No paradox of contemporary politics is filled with a more
poignant irony than the discrepancy between the efforts of well-meaning
idealists who stubbornly insist on regarding as "inalienable" those
human rights, which are enjoyed only by citizens of the most prosperous and
civilized countries, and the situation of the rightless themselves. Their
situation has deteriorated just as stubbornly, until the internment camp—prior
to the second World War the exception rather than the rule for the stateless—has
become the routine solution for the problem of domicile of the "displaced
persons."
Even the terminology applied to the stateless has
deteriorated. The term "stateless" at least acknowledged the fact
that these persons had lost the protection of their government and required
international agreements for safeguarding their legal status. The post-war term
"displaced persons" was invented during the war for the express
purpose of liquidating statelessness once and for all by ignoring its
existence. Nonrecognition of statelessness always means repatriation, i.e.,
deportation to a country of origin, which either refuses to recognize the
prospective repatriate as a citizen, or, on the contrary, urgently wants him
back for punishment. (H.Arendt, OT, p.279)
With enviable and characteristic perspicacity, in this
striking passage from her magnum opus, The Origins of Totalitarianism,
Hannah Arendt encapsulates the main categories and the leading themes that
surround the theory of the modern State and simultaneously identifies the
frightening faultline that traverses the political reality of the State and
threatens its very existence and that of its polity.
The “well-meaning idealists” who clamour for “inalienable
human rights” make the appallingly astounding mistake of assuming or perhaps
pretending that there exist in life “human rights” that are “inalienable”. In
its crude and starry-eyed credulity, this belief amounts to the pretence that
somewhere in the firmament of stars or in the blue vault of the sky there exist
real and indestructible objects called “human rights” that no human force can
“alienate” or remove, negate or even obliterate from the reality of human
existence. Utter and contemptible folly!
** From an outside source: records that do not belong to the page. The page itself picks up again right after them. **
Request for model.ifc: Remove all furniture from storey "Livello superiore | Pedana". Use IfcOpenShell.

First a look at what the model holds.

```python
import ifcopenshell
import ifcopenshell.util.element

model = ifcopenshell.open("model.ifc")
print(model.schema)
storey = next(s for s in model.by_type("IfcBuildingStorey") if s.Name == "Livello superiore | Pedana")
furniture = [e for e in ifcopenshell.util.element.get_decomposition(storey) if e.is_a("IfcFurnishingElement")]
seen = {}
for e in furniture:
    element_type = ifcopenshell.util.element.get_type(e)
    name = element_type.Name if element_type not in (None, e) else None
    seen[name] = seen.get(name, 0) + 1
for name, count in sorted(seen.items(), key=str):
    print(count, "x", name)
```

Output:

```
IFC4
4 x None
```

```python
import ifcopenshell
import ifcopenshell.api.root
import ifcopenshell.util.element

model = ifcopenshell.open("model.ifc")

storey = next(s for s in model.by_type("IfcBuildingStorey") if s.Name == "Livello superiore | Pedana")
furniture = [e for e in ifcopenshell.util.element.get_decomposition(storey) if e.is_a("IfcFurnishingElement")]

for e in furniture:
    ifcopenshell.api.root.remove_product(model, product=e)
print(len(furniture), "removed")

model.write("model-out.ifc")
```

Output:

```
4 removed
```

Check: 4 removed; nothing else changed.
Where is it written, asks Arendt,
echoing Schopenhauer - in what shoal of land or on what sea shore, in what
deepest cave or highest mountain can I find such a “thing”, such a tangible
reality as not just “human rights”, but also human rights that are –
“inalienable”! Show me or anyone else where such a reality or
object actually exists – or even simply why it should actually
exist and how it could exist! (This is Schopenhauer’s
contemptuous yet irresistible chastisement of Kant’s Categorical Imperative and
even of Voltaire’s “enlightened” optimism, not to mention Leibniz’s Panglossian
fantasies.)
This utopian humanistic fantasy is enshrined, of course, in the
American Constitution – “We hold these truths to be self-evident…”. But
if they are “self-evident”, why then “hold” them to be so? No “truth”
can ever be “self-evident”, because then its truthfulness would amount to empty
tautology. (This is the gist of our work on what we have called “Nietzsche’s
Invariance”.) That which is self-evident simply cannot be made explicit –
because the act of rendering it explicit invariably evinces its lack of “self-evidence”.
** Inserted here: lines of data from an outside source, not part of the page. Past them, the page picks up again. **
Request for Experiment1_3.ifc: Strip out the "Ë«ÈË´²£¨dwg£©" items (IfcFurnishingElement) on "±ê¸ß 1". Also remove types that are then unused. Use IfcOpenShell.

First a look at what the model holds.

```python
import ifcopenshell
import ifcopenshell.util.element

model = ifcopenshell.open("Experiment1_3.ifc")
print(model.schema)
storey = next(s for s in model.by_type("IfcBuildingStorey") if s.Name == "±ê¸ß 1")
furniture = [e for e in ifcopenshell.util.element.get_decomposition(storey) if e.is_a("IfcFurnishingElement")]
seen = {}
for e in furniture:
    element_type = ifcopenshell.util.element.get_type(e)
    name = element_type.Name if element_type not in (None, e) else None
    seen[name] = seen.get(name, 0) + 1
for name, count in sorted(seen.items(), key=str):
    print(count, "x", name)
```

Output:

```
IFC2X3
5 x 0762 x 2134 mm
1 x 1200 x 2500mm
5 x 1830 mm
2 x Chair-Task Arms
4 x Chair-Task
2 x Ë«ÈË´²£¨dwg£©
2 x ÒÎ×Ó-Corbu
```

```python
import ifcopenshell
import ifcopenshell.api.root
import ifcopenshell.util.element

model = ifcopenshell.open("Experiment1_3.ifc")

storey = next(s for s in model.by_type("IfcBuildingStorey") if s.Name == "±ê¸ß 1")
furniture = [e for e in ifcopenshell.util.element.get_decomposition(storey) if e.is_a("IfcFurnishingElement")]
targets = [e for e in furniture if (t := ifcopenshell.util.element.get_type(e)) not in (None, e) and t.Name == "Ë«ÈË´²£¨dwg£©"]
types = {ifcopenshell.util.element.get_type(e) for e in targets} - {None, *targets}

for e in targets:
    ifcopenshell.api.root.remove_product(model, product=e)
print(len(targets), "removed")

unused = [t for t in types if not ifcopenshell.util.element.get_types(t)]
for t in unused:
    ifcopenshell.api.root.remove_product(model, product=t)
print(len(unused), "unused types removed")

model.write("Experiment1_3_edited.ifc")
```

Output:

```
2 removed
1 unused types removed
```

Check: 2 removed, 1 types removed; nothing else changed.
The American Preamble, of course, would be reprised in typical Gallic
grandiloquence in the French Universal Declaration of the Rights of Man
only three short years after the American Revolution.
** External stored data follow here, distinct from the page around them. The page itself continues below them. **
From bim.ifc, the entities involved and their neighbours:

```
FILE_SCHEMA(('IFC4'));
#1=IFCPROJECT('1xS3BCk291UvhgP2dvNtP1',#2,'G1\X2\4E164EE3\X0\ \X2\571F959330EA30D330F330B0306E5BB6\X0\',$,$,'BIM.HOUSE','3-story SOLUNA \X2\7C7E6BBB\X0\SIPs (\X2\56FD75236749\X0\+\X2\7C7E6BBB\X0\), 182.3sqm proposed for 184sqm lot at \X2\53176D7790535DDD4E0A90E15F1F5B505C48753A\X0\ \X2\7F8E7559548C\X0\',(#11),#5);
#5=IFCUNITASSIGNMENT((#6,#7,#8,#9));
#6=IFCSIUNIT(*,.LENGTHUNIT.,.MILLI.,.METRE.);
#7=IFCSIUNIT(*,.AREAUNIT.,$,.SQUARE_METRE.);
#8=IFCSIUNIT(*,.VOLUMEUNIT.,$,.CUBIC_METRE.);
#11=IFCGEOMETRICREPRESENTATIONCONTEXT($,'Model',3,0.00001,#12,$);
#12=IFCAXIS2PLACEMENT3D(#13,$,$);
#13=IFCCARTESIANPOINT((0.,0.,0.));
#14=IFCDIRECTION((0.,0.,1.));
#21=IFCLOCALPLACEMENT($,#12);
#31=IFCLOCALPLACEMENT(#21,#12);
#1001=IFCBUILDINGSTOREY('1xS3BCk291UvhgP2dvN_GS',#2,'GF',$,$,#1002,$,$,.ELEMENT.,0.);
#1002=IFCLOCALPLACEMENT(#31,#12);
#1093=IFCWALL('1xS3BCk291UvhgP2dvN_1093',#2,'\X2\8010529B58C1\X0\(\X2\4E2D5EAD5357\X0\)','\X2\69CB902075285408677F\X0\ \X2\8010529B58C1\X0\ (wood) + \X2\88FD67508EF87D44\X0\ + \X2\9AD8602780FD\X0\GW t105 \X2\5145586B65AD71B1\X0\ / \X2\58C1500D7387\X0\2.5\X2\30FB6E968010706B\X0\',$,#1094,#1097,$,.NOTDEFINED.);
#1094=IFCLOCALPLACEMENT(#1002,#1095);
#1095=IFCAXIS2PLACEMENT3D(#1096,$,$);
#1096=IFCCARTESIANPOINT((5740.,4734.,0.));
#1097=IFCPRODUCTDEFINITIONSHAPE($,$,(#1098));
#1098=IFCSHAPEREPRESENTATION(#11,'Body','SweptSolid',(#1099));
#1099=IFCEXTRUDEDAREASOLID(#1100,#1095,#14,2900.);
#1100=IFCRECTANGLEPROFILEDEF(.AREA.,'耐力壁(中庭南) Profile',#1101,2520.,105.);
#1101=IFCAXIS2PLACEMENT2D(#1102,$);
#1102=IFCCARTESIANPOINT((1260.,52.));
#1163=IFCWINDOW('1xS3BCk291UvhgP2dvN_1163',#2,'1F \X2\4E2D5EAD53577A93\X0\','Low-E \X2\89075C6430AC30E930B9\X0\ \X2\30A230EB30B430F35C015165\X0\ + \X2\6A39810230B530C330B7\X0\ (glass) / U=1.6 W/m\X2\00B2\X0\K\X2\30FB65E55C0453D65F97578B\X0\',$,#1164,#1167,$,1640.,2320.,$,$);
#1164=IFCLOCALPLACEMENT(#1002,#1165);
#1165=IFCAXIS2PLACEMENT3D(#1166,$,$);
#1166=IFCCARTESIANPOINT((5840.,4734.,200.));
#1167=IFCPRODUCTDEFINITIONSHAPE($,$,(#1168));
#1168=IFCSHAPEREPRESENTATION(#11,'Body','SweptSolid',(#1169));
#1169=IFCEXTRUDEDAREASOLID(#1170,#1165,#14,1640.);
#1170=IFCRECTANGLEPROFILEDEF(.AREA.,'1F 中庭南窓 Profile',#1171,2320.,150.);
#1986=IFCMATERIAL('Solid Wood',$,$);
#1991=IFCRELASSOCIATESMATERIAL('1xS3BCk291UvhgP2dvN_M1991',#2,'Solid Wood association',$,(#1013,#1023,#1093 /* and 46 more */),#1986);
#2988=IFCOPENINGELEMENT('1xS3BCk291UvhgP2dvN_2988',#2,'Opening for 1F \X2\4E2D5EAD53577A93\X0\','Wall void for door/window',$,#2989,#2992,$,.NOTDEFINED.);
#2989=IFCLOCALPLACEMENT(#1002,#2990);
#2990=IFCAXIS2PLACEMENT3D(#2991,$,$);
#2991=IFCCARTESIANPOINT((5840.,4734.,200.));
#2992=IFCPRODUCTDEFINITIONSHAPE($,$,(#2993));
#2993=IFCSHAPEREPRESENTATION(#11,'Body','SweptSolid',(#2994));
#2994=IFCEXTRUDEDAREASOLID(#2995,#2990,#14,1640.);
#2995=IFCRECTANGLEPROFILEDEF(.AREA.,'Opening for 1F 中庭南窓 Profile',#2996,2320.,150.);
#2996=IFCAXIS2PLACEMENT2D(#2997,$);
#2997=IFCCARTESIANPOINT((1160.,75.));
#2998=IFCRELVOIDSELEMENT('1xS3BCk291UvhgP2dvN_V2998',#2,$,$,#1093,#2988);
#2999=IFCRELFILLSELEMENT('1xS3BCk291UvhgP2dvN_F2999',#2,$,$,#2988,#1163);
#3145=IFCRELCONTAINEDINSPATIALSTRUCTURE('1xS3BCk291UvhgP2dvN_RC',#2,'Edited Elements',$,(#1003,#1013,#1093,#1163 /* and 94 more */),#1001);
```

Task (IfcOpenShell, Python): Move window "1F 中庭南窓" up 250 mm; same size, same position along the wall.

```python
import numpy as np
import ifcopenshell
import ifcopenshell.api.geometry
import ifcopenshell.util.placement
import ifcopenshell.util.unit

model = ifcopenshell.open("bim.ifc")
unit_scale = ifcopenshell.util.unit.calculate_unit_scale(model)

window = model.by_guid("1xS3BCk291UvhgP2dvN_1163")
opening = window.FillsVoids[0].RelatingOpeningElement
dz = 250.0

shift = np.array([0.0, 0.0, dz])
# The window is not placed relative to its opening, so move both.
for product in (opening, window):
    matrix = ifcopenshell.util.placement.get_local_placement(product.ObjectPlacement)
    matrix[:3, 3] += shift
    ifcopenshell.api.geometry.edit_object_placement(model, product=product, matrix=matrix, is_si=False)

print(f"moved by {dz * unit_scale:+.3f} m")

model.write("bim_rev.ifc")
```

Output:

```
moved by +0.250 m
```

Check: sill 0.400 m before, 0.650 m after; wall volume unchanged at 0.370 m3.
In hard stone-cold reality the only “rights” that
exist are those legal rights that can be enforced by a political entity called
the State by means of the twin weapons of legal monopoly over the use of
violence in a given delimited national territory and through the legitimate
assertion of its authority over the citizenry or polity of humans living within
those national boundaries or domain.
This, then, must be the task and end-goal of all realistic
political action: - the erection of a State that can impose on its
subjects or citizenry, its constituency or polity, the observance
of legal rights that arise from the political will of that polity! The tragedy
of all “displaced people” or “refugees” (economic or political) is not that
their “human rights” have been denied or trampled upon – because no such
abstract lunacy exists in reality -, but rather that they suffer the indignity
of “state-lessness”. Not the presence or absence of chimeric “human
rights”, then, but rather the protection of human beings by a “State” able, willing
and ready to protect whatever legal rights it is able to enforce within or even
without its domain or territory bounded by national borders – this is
the crucial question that must be tackled by all of us who are concerned about
the fate of human freedom and welfare. The problem is not that refugees or
displaced people have their human rights denied – because these do not exist;
the problem, the tragedy is that there exist human beings on Earth who
are “state-less”. The crucial problem here, the crux of the biscuit, as
it were, is the State – and to the theory of the State we must turn now.